→ **WHAT YOU HAVE TO DO**
Reproduce exactly, and only, the lines below from the one containing "#93=IFCINDEXEDPOLYGONALFACE((5,7,8,6));" through the one containing "#101=IFCINDEXEDPOLYGONALFACE((1,3,7,5));".

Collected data
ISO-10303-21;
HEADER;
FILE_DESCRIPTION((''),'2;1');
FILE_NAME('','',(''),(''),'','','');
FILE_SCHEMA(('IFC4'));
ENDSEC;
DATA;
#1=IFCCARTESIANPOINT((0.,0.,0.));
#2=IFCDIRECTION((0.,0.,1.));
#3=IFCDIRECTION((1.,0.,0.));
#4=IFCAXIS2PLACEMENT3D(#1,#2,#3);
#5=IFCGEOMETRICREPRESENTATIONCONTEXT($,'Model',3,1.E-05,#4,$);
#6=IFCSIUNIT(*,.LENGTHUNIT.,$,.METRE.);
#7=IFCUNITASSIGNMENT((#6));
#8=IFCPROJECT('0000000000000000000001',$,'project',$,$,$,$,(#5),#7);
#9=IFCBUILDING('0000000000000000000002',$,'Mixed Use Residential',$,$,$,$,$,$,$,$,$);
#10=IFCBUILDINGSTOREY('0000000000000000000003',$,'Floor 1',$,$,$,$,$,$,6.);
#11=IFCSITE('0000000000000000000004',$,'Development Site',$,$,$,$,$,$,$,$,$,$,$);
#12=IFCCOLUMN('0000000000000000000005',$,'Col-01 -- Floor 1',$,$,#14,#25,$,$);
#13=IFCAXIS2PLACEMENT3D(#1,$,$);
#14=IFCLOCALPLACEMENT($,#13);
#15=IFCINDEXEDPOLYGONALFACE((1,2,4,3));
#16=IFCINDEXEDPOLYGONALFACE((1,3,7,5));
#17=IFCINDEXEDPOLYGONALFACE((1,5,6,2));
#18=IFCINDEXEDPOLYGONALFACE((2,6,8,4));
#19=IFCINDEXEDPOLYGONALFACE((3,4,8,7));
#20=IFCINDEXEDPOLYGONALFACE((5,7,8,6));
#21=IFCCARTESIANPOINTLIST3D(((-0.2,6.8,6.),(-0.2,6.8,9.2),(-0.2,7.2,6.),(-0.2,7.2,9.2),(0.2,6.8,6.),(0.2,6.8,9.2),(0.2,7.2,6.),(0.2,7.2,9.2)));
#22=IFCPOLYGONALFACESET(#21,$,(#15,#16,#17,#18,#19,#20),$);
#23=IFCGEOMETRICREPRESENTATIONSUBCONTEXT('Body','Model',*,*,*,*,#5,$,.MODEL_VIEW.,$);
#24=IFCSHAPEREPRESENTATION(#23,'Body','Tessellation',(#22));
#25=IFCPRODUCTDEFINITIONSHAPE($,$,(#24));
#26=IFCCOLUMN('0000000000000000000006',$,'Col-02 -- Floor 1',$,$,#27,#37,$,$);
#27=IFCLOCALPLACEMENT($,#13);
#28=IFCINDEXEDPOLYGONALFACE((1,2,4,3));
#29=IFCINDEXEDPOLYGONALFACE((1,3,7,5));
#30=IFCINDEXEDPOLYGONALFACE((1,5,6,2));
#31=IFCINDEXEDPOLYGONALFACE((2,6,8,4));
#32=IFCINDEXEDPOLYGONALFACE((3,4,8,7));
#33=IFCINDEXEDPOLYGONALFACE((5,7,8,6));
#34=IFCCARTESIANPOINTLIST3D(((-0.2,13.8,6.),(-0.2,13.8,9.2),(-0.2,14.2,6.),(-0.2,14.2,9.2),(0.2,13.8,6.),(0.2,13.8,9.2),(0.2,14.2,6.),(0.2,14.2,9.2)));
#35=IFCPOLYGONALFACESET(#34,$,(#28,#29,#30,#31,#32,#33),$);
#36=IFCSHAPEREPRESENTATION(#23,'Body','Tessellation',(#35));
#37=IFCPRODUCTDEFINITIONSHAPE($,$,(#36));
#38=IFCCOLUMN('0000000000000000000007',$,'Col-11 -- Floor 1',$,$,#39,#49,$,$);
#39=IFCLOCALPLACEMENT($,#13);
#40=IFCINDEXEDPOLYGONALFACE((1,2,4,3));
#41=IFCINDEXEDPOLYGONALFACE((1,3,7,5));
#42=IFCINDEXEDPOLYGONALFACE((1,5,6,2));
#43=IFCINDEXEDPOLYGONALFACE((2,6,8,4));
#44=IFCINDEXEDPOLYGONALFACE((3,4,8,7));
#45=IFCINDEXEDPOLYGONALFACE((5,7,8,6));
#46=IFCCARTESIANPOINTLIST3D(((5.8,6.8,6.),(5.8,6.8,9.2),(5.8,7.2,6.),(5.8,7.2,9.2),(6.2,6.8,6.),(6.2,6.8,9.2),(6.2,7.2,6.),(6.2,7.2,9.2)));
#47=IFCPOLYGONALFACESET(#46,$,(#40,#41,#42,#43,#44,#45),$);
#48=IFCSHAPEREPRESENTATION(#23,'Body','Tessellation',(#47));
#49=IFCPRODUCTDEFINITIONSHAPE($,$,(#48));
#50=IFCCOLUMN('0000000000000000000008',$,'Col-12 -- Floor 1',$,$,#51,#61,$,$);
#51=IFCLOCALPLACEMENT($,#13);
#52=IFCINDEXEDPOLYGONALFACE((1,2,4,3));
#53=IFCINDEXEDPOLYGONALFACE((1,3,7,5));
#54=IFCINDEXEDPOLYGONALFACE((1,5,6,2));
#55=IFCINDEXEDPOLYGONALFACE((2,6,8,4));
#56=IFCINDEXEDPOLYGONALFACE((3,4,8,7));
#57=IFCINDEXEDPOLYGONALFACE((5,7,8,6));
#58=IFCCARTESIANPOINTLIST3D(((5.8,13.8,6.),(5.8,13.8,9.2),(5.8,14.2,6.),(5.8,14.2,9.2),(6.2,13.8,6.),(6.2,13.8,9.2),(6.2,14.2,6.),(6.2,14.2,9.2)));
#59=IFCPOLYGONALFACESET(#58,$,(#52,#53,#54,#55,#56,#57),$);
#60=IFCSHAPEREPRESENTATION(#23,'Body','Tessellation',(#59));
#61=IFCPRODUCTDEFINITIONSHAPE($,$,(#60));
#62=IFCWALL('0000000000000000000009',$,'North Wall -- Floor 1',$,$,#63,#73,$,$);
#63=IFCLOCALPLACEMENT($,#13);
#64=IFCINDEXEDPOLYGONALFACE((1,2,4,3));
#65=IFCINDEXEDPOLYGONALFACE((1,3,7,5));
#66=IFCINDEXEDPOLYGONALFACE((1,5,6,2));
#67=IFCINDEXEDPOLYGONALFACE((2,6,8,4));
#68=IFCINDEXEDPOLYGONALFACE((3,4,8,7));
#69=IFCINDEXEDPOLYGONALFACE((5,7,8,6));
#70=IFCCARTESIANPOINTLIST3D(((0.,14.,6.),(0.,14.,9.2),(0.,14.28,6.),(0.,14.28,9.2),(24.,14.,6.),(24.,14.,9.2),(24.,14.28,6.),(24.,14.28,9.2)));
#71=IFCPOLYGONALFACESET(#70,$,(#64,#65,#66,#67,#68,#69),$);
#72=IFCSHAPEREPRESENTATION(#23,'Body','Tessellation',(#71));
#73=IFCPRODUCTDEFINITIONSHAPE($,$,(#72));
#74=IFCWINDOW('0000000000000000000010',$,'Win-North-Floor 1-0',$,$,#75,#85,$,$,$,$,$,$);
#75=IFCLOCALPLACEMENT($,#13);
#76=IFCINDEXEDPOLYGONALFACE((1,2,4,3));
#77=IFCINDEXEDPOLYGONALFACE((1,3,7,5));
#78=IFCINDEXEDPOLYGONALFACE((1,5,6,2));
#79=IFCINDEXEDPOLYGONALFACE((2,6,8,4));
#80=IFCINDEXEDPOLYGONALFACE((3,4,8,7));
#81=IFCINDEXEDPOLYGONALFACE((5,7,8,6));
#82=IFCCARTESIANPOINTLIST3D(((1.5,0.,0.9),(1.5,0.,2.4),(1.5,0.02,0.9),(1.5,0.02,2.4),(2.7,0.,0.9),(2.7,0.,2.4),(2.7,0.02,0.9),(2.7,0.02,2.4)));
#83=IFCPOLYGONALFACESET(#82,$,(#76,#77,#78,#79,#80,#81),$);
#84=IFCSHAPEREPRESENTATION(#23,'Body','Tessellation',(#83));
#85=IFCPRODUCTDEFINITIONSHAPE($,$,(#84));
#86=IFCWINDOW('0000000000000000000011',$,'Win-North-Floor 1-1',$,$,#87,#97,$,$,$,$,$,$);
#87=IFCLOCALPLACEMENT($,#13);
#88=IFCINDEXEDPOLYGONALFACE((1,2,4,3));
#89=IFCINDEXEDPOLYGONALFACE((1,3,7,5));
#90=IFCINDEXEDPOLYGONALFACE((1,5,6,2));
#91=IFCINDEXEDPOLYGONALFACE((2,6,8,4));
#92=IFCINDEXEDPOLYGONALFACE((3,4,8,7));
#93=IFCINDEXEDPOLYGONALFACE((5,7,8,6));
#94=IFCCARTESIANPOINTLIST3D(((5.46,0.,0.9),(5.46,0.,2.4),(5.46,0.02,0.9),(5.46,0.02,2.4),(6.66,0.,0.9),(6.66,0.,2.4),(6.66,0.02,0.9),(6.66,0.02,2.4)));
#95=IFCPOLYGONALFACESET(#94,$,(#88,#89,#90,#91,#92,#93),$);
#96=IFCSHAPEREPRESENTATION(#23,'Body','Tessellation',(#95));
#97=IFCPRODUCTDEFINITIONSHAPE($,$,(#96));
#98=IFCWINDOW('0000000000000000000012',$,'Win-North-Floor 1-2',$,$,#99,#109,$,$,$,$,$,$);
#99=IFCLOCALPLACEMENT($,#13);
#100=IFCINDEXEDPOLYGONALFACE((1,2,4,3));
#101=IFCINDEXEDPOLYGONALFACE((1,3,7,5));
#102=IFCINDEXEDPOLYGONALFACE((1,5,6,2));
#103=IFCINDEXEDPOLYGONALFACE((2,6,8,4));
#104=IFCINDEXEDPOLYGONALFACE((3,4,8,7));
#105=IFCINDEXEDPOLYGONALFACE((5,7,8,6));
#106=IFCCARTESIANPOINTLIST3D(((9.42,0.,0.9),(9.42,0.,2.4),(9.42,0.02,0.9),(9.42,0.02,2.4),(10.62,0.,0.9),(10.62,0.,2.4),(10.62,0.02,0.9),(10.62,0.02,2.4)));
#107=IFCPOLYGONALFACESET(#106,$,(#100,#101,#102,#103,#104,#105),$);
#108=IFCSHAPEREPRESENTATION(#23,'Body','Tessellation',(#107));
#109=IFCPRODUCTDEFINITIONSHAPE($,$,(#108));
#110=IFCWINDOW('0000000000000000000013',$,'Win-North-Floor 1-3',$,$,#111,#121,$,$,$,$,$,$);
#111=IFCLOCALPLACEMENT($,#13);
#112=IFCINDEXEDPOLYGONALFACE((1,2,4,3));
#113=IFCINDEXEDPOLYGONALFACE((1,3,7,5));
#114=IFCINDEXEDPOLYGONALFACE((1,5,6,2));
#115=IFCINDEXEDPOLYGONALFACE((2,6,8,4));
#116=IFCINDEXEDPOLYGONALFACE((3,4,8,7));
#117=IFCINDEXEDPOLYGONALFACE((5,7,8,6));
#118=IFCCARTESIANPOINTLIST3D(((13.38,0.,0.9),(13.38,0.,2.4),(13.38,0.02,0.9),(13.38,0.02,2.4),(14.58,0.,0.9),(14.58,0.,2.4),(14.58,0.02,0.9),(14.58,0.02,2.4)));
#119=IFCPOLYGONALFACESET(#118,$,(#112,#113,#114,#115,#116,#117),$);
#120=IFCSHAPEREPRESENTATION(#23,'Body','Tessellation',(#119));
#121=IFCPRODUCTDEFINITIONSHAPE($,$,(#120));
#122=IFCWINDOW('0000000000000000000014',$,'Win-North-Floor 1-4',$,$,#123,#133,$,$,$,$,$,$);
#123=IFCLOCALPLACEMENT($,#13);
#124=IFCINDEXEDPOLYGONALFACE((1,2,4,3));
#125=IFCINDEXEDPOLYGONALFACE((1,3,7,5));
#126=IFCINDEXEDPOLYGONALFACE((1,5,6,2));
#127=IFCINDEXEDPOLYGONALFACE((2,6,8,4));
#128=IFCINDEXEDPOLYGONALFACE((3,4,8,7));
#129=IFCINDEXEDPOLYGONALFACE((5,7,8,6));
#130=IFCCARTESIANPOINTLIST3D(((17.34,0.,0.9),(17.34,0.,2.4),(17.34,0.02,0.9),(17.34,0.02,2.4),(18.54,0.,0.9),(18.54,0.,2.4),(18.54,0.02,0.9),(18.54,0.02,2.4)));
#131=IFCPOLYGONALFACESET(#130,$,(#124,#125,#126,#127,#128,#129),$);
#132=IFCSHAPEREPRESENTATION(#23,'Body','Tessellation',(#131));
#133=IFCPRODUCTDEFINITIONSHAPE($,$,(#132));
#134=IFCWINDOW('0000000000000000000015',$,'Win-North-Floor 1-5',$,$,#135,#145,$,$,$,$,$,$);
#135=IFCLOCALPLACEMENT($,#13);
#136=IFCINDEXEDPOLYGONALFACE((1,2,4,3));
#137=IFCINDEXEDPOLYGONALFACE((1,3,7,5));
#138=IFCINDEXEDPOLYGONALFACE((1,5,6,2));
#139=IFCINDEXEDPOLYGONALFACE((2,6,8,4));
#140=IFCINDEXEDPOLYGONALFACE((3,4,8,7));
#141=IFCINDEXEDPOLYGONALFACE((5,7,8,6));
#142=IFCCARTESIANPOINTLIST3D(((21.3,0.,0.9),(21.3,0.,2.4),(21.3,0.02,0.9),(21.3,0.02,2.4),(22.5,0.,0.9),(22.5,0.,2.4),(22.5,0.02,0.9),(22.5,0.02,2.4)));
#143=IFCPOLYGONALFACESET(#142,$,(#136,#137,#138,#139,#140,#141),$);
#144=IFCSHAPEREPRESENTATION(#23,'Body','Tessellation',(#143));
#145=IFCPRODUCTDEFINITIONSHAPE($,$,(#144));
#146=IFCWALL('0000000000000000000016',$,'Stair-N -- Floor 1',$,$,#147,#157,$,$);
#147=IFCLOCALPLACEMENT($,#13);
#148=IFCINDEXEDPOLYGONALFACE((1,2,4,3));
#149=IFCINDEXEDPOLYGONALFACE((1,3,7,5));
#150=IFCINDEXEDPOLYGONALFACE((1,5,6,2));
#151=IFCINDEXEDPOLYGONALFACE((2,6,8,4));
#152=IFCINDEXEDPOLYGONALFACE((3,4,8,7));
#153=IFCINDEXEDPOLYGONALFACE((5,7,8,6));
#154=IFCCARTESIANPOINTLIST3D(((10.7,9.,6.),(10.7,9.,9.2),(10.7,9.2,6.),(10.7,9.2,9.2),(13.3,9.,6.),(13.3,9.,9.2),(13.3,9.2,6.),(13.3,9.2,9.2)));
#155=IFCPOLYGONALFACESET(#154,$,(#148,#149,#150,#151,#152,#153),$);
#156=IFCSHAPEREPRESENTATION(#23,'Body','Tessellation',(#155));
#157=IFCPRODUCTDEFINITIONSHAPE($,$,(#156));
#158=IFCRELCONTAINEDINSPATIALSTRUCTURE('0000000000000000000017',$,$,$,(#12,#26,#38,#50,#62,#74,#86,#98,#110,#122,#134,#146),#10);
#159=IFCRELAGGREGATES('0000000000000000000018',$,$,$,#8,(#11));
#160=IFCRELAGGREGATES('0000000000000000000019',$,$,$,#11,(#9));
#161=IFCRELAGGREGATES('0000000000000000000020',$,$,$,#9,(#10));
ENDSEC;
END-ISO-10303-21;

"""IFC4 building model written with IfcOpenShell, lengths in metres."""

from ifc_helpers import new_model, si_unit, frame, origin_with_axes, place, context, subcontext, project, spatial, indexed_curve, rectangle, outline, extrude, element, fill, save


model = new_model("IFC4")

# Units and contexts
model_context = context("Model", 3, precision=1e-05, world=origin_with_axes())
body_context = subcontext(model_context, "Body", "Model", "MODEL_VIEW")
ifc_project = project(units=[si_unit("LENGTHUNIT", "METRE")], contexts=[model_context])

# Site, building, storey
site = spatial("IfcSite", under=ifc_project, Name="Development Site")
building = spatial("IfcBuilding", under=site, Name="Mixed Use Residential")
storey = spatial("IfcBuildingStorey", under=building, Name="Floor 1", Elevation=6.0)

# Columns
for number, where, z_axis, x_axis, name in (
    (1, (0.0, 7.0, 6.0), (0.0, 0.0, 1.0), (1.0, 0.0, 0.0), "Col-01 -- Floor 1"),
    (2, (0.0, 14.0, 6.0), (0.0, 0.0, 1.0), (1.0, 0.0, 0.0), "Col-02 -- Floor 1"),
    (3, (6.0, 7.0, 6.0), (0.0, 0.0, 1.0), (1.0, 0.0, 0.0), "Col-11 -- Floor 1"),
    (4, (6.0, 14.0, 6.0), (0.0, 0.0, 1.0), (1.0, 0.0, 0.0), "Col-12 -- Floor 1"),
):
    element("IfcColumn", number, at=place(None, frame(where, z_axis=z_axis, x_axis=x_axis)), inside=storey, Name=name, context=body_context, shape_type="SweptSolid", body=[
        extrude(rectangle(XDim=0.4, YDim=0.4), origin_with_axes(), (0.0, 0.0, 1.0), 3.2),
    ])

→ **REPLY TO THE EXERCISE**
#93=IFCINDEXEDPOLYGONALFACE((5,7,8,6));
#94=IFCCARTESIANPOINTLIST3D(((5.46,0.,0.9),(5.46,0.,2.4),(5.46,0.02,0.9),(5.46,0.02,2.4),(6.66,0.,0.9),(6.66,0.,2.4),(6.66,0.02,0.9),(6.66,0.02,2.4)));
#95=IFCPOLYGONALFACESET(#94,$,(#88,#89,#90,#91,#92,#93),$);
#96=IFCSHAPEREPRESENTATION(#23,'Body','Tessellation',(#95));
#97=IFCPRODUCTDEFINITIONSHAPE($,$,(#96));
#98=IFCWINDOW('0000000000000000000012',$,'Win-North-Floor 1-2',$,$,#99,#109,$,$,$,$,$,$);
#99=IFCLOCALPLACEMENT($,#13);
#100=IFCINDEXEDPOLYGONALFACE((1,2,4,3));
#101=IFCINDEXEDPOLYGONALFACE((1,3,7,5));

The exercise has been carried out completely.